Your task » In the data that follows, find the line with "#30=IFCPOLYGONALFACESET(#29,$,(#23,#24,#25,#26,#27,#28),$);"; transcribe it, every later line up to the one with "#38=IFCINDEXEDPOLYGONALFACE((1,5,6,2));", and that line as well, exactly and with no others.

The records »

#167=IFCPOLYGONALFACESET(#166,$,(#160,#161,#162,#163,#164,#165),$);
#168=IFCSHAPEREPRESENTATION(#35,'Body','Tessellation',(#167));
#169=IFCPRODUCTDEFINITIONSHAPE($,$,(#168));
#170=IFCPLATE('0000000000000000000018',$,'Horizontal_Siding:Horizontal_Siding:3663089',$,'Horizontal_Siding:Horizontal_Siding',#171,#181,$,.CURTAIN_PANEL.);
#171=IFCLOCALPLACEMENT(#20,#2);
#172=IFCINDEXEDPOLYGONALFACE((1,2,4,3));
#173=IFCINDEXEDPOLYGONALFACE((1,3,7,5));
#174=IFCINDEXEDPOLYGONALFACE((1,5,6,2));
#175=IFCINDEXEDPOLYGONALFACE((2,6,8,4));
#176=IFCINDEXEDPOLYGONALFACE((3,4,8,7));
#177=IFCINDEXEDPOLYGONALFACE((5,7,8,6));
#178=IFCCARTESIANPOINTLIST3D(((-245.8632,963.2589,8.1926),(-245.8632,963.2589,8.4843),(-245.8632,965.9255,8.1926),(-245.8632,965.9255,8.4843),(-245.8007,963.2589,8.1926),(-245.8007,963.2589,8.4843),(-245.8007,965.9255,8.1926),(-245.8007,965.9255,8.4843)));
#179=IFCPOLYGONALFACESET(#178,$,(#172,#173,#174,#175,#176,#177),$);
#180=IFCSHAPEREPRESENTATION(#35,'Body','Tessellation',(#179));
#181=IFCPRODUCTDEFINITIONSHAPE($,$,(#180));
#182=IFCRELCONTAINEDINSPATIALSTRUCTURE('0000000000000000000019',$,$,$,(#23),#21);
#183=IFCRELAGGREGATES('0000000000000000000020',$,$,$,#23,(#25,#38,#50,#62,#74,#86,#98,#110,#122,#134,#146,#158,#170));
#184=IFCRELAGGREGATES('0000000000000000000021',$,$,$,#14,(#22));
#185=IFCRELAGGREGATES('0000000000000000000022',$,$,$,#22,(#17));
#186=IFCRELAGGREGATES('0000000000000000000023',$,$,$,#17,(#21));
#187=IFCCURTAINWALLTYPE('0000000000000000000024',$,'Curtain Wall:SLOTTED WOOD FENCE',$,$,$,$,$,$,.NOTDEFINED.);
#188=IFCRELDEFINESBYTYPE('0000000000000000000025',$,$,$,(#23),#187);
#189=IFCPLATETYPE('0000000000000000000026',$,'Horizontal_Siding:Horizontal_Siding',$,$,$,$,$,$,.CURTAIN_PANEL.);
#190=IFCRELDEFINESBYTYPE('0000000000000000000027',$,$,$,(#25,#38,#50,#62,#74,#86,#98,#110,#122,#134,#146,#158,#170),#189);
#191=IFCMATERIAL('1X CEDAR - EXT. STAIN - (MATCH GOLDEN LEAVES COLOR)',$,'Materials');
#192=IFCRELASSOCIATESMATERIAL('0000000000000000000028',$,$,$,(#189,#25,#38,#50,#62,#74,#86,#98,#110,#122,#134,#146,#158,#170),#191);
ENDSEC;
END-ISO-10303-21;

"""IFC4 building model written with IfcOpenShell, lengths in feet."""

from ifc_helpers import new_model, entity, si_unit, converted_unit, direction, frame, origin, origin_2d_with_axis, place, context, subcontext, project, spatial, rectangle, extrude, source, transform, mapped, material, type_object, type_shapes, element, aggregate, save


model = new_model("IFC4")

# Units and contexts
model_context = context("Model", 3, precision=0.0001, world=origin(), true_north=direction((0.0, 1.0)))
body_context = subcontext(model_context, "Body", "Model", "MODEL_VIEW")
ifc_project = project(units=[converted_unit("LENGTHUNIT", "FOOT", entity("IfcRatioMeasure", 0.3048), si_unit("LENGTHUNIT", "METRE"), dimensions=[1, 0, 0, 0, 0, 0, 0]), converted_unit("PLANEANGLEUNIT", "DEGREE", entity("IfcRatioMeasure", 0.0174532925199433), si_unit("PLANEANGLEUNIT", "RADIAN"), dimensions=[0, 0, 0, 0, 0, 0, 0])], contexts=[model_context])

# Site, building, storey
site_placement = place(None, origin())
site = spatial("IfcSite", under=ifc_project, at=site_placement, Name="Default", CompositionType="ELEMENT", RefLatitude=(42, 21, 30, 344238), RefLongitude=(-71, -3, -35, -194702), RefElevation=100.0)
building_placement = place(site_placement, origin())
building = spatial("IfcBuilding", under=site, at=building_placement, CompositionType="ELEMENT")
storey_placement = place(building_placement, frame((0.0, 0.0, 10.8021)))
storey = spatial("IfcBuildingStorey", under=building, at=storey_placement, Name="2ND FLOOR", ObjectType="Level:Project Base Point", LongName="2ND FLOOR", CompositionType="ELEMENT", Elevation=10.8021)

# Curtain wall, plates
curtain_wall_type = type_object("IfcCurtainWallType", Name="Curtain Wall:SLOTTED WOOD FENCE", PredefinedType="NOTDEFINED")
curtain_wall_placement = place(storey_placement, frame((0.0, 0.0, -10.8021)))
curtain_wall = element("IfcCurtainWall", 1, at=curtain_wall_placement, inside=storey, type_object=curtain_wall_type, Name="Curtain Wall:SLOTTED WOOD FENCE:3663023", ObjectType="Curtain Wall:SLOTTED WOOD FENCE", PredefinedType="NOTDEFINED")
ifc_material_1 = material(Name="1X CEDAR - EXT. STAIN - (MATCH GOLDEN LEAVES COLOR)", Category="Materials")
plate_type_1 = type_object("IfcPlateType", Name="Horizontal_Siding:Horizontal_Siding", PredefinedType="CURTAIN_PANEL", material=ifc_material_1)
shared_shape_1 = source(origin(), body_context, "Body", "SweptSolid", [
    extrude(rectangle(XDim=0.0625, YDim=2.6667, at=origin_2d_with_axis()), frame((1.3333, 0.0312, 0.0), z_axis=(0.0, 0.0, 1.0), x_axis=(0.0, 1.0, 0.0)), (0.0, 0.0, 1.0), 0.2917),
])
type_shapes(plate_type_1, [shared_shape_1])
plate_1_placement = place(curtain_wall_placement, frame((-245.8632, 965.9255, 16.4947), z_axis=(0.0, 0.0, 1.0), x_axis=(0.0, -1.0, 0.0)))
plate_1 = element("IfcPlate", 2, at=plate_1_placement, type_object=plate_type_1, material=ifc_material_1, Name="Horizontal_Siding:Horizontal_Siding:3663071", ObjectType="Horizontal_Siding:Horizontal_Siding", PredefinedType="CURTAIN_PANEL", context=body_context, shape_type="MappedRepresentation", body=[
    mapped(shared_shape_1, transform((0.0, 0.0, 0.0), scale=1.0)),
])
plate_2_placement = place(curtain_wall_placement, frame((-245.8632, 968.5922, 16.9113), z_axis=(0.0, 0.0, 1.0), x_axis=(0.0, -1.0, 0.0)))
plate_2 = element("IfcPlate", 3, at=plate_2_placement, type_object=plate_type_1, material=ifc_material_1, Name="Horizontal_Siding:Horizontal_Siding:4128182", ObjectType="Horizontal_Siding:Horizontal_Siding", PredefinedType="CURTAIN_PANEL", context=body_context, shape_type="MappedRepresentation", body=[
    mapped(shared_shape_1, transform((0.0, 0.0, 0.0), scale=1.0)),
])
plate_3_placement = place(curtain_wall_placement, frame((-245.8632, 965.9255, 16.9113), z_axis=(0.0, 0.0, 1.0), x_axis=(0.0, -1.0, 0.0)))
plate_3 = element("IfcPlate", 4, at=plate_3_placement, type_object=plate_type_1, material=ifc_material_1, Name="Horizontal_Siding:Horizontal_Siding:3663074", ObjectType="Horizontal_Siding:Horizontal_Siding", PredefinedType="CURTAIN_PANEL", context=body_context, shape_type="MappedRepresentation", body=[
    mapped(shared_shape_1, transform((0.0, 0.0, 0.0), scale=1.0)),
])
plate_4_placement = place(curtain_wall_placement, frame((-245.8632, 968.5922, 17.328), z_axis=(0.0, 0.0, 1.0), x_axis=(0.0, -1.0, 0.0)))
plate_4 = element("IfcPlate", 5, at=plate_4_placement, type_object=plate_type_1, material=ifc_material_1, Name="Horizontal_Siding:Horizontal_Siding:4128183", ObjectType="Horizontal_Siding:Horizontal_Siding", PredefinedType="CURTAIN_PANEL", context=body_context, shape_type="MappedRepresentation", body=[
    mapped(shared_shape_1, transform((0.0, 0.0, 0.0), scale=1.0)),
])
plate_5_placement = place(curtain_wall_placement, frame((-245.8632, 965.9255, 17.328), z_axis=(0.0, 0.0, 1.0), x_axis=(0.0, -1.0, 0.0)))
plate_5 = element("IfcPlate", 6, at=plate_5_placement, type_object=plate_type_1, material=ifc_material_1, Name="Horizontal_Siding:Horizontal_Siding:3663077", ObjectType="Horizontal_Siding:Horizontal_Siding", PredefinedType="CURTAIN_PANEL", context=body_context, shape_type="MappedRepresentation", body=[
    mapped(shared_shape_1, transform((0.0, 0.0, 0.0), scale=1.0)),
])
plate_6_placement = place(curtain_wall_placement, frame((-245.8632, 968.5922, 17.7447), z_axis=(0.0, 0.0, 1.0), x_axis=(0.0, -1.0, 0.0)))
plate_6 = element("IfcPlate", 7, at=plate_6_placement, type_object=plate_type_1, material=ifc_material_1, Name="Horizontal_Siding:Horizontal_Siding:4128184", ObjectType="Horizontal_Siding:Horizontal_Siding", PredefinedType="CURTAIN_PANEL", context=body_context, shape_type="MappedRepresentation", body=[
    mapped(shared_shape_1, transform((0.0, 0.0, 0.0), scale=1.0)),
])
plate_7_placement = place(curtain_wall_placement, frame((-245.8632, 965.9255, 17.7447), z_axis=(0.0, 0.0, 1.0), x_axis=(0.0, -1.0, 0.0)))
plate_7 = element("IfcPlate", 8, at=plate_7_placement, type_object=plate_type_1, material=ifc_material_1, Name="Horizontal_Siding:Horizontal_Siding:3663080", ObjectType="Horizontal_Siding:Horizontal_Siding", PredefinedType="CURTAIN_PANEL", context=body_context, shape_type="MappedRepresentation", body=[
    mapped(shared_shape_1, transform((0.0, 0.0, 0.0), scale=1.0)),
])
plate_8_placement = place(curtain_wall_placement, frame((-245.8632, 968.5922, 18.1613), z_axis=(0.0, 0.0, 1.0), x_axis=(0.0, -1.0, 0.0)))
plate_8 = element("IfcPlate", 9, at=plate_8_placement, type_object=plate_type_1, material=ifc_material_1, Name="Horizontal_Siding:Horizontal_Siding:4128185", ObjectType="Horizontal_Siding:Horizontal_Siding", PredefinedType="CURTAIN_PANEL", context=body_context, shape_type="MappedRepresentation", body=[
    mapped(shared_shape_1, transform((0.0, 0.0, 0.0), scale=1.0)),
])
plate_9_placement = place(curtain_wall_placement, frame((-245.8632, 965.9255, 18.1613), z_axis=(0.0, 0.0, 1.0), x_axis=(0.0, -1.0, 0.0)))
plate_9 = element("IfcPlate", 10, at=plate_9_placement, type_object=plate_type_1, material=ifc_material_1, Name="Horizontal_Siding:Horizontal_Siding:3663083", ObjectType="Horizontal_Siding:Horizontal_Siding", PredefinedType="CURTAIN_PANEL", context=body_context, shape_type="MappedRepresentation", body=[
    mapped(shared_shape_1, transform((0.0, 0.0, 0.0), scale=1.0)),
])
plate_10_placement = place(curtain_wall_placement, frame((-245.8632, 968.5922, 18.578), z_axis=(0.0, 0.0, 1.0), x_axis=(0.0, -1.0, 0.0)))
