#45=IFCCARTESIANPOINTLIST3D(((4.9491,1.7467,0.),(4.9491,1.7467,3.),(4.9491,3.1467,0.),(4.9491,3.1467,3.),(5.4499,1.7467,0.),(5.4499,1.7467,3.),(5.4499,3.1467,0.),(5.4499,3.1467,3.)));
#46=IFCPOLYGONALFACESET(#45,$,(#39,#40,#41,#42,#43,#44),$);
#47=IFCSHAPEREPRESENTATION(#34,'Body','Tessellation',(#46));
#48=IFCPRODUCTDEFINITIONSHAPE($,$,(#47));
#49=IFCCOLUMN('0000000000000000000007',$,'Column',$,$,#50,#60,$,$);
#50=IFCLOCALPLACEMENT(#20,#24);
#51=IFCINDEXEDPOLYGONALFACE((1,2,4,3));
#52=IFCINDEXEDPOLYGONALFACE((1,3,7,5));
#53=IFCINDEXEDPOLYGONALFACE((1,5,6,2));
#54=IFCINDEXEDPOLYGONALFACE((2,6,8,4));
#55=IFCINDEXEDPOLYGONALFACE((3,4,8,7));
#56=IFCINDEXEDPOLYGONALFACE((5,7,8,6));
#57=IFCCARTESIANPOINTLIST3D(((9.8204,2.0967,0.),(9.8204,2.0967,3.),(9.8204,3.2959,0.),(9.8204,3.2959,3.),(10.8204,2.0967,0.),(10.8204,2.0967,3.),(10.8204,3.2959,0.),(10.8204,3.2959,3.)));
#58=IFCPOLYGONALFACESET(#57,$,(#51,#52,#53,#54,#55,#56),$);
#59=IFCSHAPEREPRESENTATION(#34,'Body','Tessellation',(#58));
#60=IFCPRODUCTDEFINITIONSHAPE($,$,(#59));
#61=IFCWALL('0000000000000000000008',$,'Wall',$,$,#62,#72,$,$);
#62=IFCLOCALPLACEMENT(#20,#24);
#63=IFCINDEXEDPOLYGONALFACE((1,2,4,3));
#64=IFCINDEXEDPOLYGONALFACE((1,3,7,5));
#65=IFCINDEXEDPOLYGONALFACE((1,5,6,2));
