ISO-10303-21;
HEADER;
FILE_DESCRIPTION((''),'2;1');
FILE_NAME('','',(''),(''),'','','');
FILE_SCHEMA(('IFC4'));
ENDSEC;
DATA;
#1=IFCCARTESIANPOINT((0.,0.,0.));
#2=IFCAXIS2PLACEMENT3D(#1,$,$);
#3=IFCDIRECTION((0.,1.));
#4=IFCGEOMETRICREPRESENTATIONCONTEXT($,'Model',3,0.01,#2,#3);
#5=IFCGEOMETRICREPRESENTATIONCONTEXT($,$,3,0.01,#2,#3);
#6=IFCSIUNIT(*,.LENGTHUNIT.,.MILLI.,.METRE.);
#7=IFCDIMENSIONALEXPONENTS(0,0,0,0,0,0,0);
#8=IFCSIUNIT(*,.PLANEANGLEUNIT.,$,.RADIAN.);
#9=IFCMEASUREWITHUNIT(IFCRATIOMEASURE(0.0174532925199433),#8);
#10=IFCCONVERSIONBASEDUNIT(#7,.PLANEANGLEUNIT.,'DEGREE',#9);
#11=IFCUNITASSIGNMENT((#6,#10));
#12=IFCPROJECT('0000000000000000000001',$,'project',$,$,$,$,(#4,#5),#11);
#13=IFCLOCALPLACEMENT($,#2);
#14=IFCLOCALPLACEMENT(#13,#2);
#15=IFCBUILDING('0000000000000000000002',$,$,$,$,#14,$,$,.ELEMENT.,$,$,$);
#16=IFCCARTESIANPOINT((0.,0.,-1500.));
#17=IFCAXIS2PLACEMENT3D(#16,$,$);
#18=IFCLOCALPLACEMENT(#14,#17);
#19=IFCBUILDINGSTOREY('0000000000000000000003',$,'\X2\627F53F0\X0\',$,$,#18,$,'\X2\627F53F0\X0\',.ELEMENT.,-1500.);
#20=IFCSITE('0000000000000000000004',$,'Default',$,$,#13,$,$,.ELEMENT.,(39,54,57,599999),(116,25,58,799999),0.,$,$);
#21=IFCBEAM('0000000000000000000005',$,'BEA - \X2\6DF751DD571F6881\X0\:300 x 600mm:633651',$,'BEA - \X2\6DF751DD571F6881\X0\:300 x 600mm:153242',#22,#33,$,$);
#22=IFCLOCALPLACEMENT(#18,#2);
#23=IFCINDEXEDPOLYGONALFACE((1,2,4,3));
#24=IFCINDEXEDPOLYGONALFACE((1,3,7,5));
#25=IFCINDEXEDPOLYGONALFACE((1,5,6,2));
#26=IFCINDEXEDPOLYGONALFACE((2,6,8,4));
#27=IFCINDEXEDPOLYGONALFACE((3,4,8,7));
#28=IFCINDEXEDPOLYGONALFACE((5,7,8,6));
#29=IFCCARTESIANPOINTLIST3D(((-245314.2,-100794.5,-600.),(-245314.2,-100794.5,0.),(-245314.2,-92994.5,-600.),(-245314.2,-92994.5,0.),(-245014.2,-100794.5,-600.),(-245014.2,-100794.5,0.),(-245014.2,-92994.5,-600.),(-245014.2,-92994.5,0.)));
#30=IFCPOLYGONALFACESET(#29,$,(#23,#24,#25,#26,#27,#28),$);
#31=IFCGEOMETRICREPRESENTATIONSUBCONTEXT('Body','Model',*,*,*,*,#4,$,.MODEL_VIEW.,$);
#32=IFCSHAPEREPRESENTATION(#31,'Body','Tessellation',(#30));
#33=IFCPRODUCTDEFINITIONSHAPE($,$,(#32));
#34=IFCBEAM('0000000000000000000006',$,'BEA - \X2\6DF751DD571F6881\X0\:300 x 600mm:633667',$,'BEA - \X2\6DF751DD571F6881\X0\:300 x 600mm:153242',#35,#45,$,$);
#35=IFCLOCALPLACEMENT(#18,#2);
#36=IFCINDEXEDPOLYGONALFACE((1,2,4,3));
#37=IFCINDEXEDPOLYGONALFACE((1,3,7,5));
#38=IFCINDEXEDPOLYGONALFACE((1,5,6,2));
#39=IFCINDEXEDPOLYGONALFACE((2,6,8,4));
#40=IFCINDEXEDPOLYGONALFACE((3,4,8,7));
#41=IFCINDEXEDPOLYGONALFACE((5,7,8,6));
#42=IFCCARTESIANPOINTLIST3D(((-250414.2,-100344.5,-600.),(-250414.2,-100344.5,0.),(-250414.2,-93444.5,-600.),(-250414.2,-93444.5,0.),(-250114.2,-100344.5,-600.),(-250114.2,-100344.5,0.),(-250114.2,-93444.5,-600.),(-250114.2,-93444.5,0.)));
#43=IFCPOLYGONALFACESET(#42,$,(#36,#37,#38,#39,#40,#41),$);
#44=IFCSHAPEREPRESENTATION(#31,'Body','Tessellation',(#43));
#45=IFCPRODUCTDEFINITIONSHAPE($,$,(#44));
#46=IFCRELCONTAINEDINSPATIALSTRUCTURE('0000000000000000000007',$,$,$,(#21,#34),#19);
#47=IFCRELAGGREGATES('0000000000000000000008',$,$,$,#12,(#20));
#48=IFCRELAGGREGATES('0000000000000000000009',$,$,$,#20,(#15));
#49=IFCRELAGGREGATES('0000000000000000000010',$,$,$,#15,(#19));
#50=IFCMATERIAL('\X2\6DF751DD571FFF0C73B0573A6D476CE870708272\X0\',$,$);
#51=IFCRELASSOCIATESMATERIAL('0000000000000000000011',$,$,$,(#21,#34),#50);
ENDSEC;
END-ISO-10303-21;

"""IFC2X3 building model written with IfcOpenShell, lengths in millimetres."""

from ifc_helpers import new_model, entity, si_unit, converted_unit, direction, frame, frame_2d, origin, origin_2d_with_axis, place, context, subcontext, project, spatial, rectangle, extrude, material, element, save


model = new_model("IFC2X3")

# Units and contexts
model_context = context("Model", 3, precision=0.01, world=origin(), true_north=direction((0.0, 1.0)))
context_of_model = context(None, 3, precision=0.01, world=origin(), true_north=direction((0.0, 1.0)))
body_context = subcontext(model_context, "Body", "Model", "MODEL_VIEW")
ifc_project = project(units=[si_unit("LENGTHUNIT", "METRE", prefix="MILLI"), converted_unit("PLANEANGLEUNIT", "DEGREE", entity("IfcRatioMeasure", 0.0174532925199433), si_unit("PLANEANGLEUNIT", "RADIAN"), dimensions=[0, 0, 0, 0, 0, 0, 0])], contexts=[model_context, context_of_model])

# Site, building, storey
site_placement = place(None, origin())
site = spatial("IfcSite", under=ifc_project, at=site_placement, Name="Default", CompositionType="ELEMENT", RefLatitude=(39, 54, 57, 599999), RefLongitude=(116, 25, 58, 799999), RefElevation=0.0)
building_placement = place(site_placement, origin())
building = spatial("IfcBuilding", under=site, at=building_placement, CompositionType="ELEMENT")
storey_placement = place(building_placement, frame((0.0, 0.0, -1500.0)))
storey = spatial("IfcBuildingStorey", under=building, at=storey_placement, Name="承台", LongName="承台", CompositionType="ELEMENT", Elevation=-1500.0)

# Shared definitions
ifc_material_1 = material(Name="混凝土，现场浇注灰色")

# Beams
beam_1_placement = place(storey_placement, frame((-245164.2, -100794.5, 0.0), z_axis=(0.0, 0.0, 1.0), x_axis=(0.0, 1.0, 0.0)))
element("IfcBeam", 1, at=beam_1_placement, inside=storey, material=ifc_material_1, Name="BEA - 混凝土梁:300 x 600mm:633651", ObjectType="BEA - 混凝土梁:300 x 600mm:153242", context=body_context, shape_type="SweptSolid", body=[
    extrude(rectangle(XDim=600.0, YDim=300.0, at=origin_2d_with_axis()), frame((0.0, 0.0, -300.0), z_axis=(1.0, 0.0, 0.0), x_axis=(0.0, 0.0, -1.0)), (0.0, 0.0, 1.0), 7800.0),
])
beam_2_placement = place(storey_placement, frame((-250264.2, -100344.5, 0.0), z_axis=(0.0, 0.0, 1.0), x_axis=(0.0, 1.0, 0.0)))
element("IfcBeam", 2, at=beam_2_placement, inside=storey, material=ifc_material_1, Name="BEA - 混凝土梁:300 x 600mm:633667", ObjectType="BEA - 混凝土梁:300 x 600mm:153242", context=body_context, shape_type="SweptSolid", body=[
    extrude(rectangle(XDim=600.0, YDim=300.0, at=frame_2d((0.0, 0.0), x_axis=(1.0, 0.0))), frame((0.0, 0.0, -300.0), z_axis=(1.0, 0.0, 0.0), x_axis=(0.0, 0.0, -1.0)), (0.0, 0.0, 1.0), 6900.0),
])

save(model, "model.ifc")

Answer below »
#30=IFCPOLYGONALFACESET(#29,$,(#23,#24,#25,#26,#27,#28),$);
#31=IFCGEOMETRICREPRESENTATIONSUBCONTEXT('Body','Model',*,*,*,*,#4,$,.MODEL_VIEW.,$);
#32=IFCSHAPEREPRESENTATION(#31,'Body','Tessellation',(#30));
#33=IFCPRODUCTDEFINITIONSHAPE($,$,(#32));
#34=IFCBEAM('0000000000000000000006',$,'BEA - \X2\6DF751DD571F6881\X0\:300 x 600mm:633667',$,'BEA - \X2\6DF751DD571F6881\X0\:300 x 600mm:153242',#35,#45,$,$);
#35=IFCLOCALPLACEMENT(#18,#2);
#36=IFCINDEXEDPOLYGONALFACE((1,2,4,3));
#37=IFCINDEXEDPOLYGONALFACE((1,3,7,5));
#38=IFCINDEXEDPOLYGONALFACE((1,5,6,2));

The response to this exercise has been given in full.